No, You Idiots, More Guns Won’t Help

Unsurprisingly, pro-gun conservatives have already suggested that the tragedy in Charleston, South Carolina could have been averted had the entire congregation been armed. Besides advocating that we live in a world where we’re constantly on alert for fear of being murdered at any moment, conservatives never seem to talk about the completely plausible situations in which more guns would make everything else so much worse. Let’s run through a couple of thought experiments:

1) A buffoon in the parking lot of Wal-Mart on a busy day has forgotten to switch on the safety of his handgun. While walking towards the storefront he accidentally discharges his weapon, scaring himself and all the other shoppers in the lot. Being the buffoon he is, he immediately removes his weapon to inspect it and switch the safety on, but the frightened shoppers, having just heard a gunshot ring out in the early afternoon, see a man in the direction of where the sound came from fumbling with his weapon. A few people understandably panic and take out their weapons as well. You pick up the storyline from there.

2) A black teen walking home from a friend’s house at night is waved down by a single police officer in his cruiser. The teen, a bit on edge because he watches the news, throws his hands in the air. The officer, paranoid because everyone he pulls over for a speeding ticket has a gun like his and tired after a long shift, immediately retrieves his weapon and points it at the teen. A miscommunication occurs where the officer orders the teen ‘to the ground,’ but the teen understands it as ‘turn around,’ and the officer, seeing this perhaps as an escape attempt, fires.

3) Two men have a disagreement as to whose fault the fender-bender is, and neither is willing to take responsibility. The conversation becomes heated, and when one retreats to his car to wait for the police to arrive so he can give his statement, the other perceives the first’s swift motion as an indication he’s going to retrieve a weapon from the glovebox. Unsure, he takes his gun from his belt. When the first man sees this, he also takes the gun from his belt. Both think the other has drawn his weapon in order to fire.

How do conservatives expect law enforcement to react to this? Those who defend the police for murdering people or using excessive force claim that the job is extremely stressful because they never know who might have a weapon. If they’re trigger happy and paranoid about the mere possibility of every average Joe having a gun, how would they act in the world where virtually everyone has one?
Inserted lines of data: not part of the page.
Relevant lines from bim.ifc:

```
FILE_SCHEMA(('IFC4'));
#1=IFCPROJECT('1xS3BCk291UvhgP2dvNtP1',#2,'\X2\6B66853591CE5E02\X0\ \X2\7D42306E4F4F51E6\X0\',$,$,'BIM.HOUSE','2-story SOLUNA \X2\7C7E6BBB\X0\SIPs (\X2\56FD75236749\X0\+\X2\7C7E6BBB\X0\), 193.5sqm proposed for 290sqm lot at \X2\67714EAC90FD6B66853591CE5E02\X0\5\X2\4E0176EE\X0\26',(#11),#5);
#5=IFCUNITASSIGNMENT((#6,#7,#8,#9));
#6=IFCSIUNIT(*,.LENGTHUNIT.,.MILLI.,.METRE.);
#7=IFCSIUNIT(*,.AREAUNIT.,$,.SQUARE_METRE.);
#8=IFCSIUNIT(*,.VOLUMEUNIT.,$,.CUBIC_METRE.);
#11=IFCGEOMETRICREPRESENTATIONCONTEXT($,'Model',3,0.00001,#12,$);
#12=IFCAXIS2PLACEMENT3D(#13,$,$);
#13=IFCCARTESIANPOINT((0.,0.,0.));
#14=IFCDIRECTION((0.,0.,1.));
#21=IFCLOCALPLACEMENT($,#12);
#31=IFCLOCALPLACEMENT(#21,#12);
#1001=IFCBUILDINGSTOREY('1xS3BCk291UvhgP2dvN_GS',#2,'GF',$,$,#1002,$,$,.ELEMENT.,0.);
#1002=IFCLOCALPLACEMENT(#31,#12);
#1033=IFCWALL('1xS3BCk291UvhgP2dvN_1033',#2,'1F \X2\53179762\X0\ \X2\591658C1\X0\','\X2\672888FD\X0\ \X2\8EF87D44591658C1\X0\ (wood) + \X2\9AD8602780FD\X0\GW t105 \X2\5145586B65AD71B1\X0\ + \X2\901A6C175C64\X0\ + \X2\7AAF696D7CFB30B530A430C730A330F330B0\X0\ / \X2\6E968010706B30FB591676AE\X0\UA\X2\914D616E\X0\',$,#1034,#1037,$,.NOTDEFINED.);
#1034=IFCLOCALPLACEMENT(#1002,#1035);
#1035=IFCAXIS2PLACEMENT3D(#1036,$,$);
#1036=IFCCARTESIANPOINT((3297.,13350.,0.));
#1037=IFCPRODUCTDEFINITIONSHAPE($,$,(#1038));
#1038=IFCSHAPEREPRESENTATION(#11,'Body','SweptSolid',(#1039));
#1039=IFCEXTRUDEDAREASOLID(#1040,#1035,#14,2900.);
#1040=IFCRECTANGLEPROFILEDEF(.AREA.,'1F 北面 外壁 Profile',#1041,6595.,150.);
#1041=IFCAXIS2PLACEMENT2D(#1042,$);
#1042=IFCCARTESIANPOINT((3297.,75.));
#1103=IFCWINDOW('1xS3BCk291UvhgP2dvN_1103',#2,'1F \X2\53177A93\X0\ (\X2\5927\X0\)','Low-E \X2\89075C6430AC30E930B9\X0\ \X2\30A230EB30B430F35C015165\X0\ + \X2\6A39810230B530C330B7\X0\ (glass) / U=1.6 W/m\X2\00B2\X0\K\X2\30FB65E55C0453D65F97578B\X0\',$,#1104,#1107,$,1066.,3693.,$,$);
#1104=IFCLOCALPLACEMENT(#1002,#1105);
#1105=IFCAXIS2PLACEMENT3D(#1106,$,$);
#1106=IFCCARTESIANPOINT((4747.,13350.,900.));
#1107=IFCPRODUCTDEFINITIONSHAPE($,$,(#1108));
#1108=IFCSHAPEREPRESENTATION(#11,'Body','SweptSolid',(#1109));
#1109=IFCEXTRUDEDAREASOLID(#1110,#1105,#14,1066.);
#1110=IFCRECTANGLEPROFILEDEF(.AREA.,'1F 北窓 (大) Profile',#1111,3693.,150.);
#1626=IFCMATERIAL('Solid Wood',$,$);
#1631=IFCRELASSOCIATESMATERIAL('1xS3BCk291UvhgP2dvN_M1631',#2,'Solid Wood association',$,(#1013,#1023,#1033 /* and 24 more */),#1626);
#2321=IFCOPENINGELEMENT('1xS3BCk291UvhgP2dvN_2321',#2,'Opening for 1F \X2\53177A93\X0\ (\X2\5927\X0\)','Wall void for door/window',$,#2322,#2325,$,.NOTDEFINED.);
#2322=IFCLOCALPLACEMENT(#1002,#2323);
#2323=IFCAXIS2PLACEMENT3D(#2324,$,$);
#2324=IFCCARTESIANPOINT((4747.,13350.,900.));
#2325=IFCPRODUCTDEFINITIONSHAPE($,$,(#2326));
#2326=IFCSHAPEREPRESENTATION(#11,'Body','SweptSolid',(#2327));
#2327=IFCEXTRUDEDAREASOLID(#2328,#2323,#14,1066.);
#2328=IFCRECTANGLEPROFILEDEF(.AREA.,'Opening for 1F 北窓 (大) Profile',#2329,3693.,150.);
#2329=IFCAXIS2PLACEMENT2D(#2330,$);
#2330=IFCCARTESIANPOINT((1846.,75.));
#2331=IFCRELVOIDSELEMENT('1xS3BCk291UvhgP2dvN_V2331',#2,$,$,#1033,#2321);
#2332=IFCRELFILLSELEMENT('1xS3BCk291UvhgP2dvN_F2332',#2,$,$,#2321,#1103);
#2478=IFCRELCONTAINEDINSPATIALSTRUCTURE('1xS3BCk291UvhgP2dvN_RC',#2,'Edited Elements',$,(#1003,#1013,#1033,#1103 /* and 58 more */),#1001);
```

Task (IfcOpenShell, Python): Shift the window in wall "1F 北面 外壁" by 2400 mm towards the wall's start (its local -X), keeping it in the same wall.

```python
import ifcopenshell
import ifcopenshell.api.geometry
import ifcopenshell.util.placement
import ifcopenshell.util.unit

model = ifcopenshell.open("bim.ifc")
unit_scale = ifcopenshell.util.unit.calculate_unit_scale(model)

window = model.by_id(1103)
opening = window.FillsVoids[0].RelatingOpeningElement
wall = opening.VoidsElements[0].RelatingBuildingElement

wall_matrix = ifcopenshell.util.placement.get_local_placement(wall.ObjectPlacement)
shift = wall_matrix[:3, 0] * -2.4 / unit_scale
before = ifcopenshell.util.placement.get_local_placement(window.ObjectPlacement)[:3, 3].copy()

# The window is not placed relative to its opening, so move both.
for product in (opening, window):
    matrix = ifcopenshell.util.placement.get_local_placement(product.ObjectPlacement)
    matrix[:3, 3] += shift
    ifcopenshell.api.geometry.edit_object_placement(model, product=product, matrix=matrix, is_si=False)

after = ifcopenshell.util.placement.get_local_placement(window.ObjectPlacement)[:3, 3]
print("window moved by", (after - before).round(3) + 0.0)

model.write("bim_rev.ifc")
```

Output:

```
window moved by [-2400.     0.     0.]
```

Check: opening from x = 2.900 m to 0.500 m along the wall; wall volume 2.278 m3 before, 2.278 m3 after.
Perhaps, though, pro-gun advocates have considered these scenarios and just believe that after a jumpy population has had enough haphazard murders (like the aforementioned situations, plus countless other possible cases), everyone will learn to adjust to everyone else having a gun on them all the time. But the weird part is that they would think all these accidental murders would be a fine means to an end of preventing deliberate murders.

That’s what happened in the case of Dustin Cheever in Wichita, Kansas, who entered his neighbor’s (Robert Gammons) backyard without his knowledge or permission in search of a stolen motorcycle. When Gammons, on his own property, confronted Cheever and his friend (Steve Grose) with a BB pistol, Cheever pulled out his own gun and killed Gammons. Cheever was tried for second degree murder—understandable, because he was trespassing on Gammons’ property instead of calling the police about the stolen bike—yet he was acquitted of all charges, even involuntary manslaughter, which is reckless but unintentional killing. Had neither parties had guns, Gammons would be alive, and Cheever wouldn’t have faced the threat of a decade in prison. But conservatives have to concede that this is the preferable reality—that it’s better with Gammons dead.

Worst of all is that those who advocate for a reduction of gun-free zones or an increase in the number of firearms in circulation is that they essentially blame the victims (or, more broadly, liberals) for their own deaths, because if guns had been present, it never would have happened. “Well, sure. You were in a church and weren’t packing heat. Why would you expect to not be shot?” I’m not sure what kind of person wants to live in a society that is so suspicious of itself that insta-murder is considered an everyday, legitimate threat. How would that shape our culture? How would that affect the average citizen’s psychology? It’s a perverse worldview to have, and it’s one that persists and is strengthened every time something as horrible as this happens.